**TASK PROMPT:** The answer should contain each record below, repeated exactly.

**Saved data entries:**
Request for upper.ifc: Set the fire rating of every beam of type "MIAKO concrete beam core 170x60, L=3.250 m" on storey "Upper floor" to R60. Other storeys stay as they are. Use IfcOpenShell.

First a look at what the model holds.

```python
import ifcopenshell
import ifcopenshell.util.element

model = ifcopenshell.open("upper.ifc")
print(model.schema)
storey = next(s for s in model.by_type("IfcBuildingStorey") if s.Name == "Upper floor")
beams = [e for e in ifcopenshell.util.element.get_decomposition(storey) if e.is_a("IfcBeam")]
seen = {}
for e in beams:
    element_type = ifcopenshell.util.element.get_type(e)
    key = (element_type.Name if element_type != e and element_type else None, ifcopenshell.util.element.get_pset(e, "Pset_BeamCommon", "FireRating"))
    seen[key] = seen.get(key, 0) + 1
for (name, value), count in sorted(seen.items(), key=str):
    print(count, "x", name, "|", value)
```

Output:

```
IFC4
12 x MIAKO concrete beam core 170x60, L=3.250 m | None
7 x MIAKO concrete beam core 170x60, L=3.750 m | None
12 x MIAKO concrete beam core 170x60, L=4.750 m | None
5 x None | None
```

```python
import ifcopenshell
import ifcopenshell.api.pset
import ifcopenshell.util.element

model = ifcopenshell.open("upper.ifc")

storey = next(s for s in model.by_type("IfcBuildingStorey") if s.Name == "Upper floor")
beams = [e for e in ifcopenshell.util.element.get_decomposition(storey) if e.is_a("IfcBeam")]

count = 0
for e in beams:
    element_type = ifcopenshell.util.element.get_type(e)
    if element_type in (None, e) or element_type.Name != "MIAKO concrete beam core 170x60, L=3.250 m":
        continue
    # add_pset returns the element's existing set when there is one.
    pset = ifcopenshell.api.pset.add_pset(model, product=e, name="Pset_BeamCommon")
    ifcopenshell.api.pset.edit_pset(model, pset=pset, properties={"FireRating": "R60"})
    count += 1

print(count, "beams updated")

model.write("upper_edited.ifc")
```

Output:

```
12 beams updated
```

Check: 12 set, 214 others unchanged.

**RESULT OF THIS TASK:**
Request for upper.ifc: Set the fire rating of every beam of type "MIAKO concrete beam core 170x60, L=3.250 m" on storey "Upper floor" to R60. Other storeys stay as they are. Use IfcOpenShell.

First a look at what the model holds.

```python
import ifcopenshell
import ifcopenshell.util.element

model = ifcopenshell.open("upper.ifc")
print(model.schema)
storey = next(s for s in model.by_type("IfcBuildingStorey") if s.Name == "Upper floor")
beams = [e for e in ifcopenshell.util.element.get_decomposition(storey) if e.is_a("IfcBeam")]
seen = {}
for e in beams:
    element_type = ifcopenshell.util.element.get_type(e)
    key = (element_type.Name if element_type != e and element_type else None, ifcopenshell.util.element.get_pset(e, "Pset_BeamCommon", "FireRating"))
    seen[key] = seen.get(key, 0) + 1
for (name, value), count in sorted(seen.items(), key=str):
    print(count, "x", name, "|", value)
```

Output:

```
IFC4
12 x MIAKO concrete beam core 170x60, L=3.250 m | None
7 x MIAKO concrete beam core 170x60, L=3.750 m | None
12 x MIAKO concrete beam core 170x60, L=4.750 m | None
5 x None | None
```

```python
import ifcopenshell
import ifcopenshell.api.pset
import ifcopenshell.util.element

model = ifcopenshell.open("upper.ifc")

storey = next(s for s in model.by_type("IfcBuildingStorey") if s.Name == "Upper floor")
beams = [e for e in ifcopenshell.util.element.get_decomposition(storey) if e.is_a("IfcBeam")]

count = 0
for e in beams:
    element_type = ifcopenshell.util.element.get_type(e)
    if element_type in (None, e) or element_type.Name != "MIAKO concrete beam core 170x60, L=3.250 m":
        continue
    # add_pset returns the element's existing set when there is one.
    pset = ifcopenshell.api.pset.add_pset(model, product=e, name="Pset_BeamCommon")
    ifcopenshell.api.pset.edit_pset(model, pset=pset, properties={"FireRating": "R60"})
    count += 1

print(count, "beams updated")

model.write("upper_edited.ifc")
```

Output:

```
12 beams updated
```

Check: 12 set, 214 others unchanged.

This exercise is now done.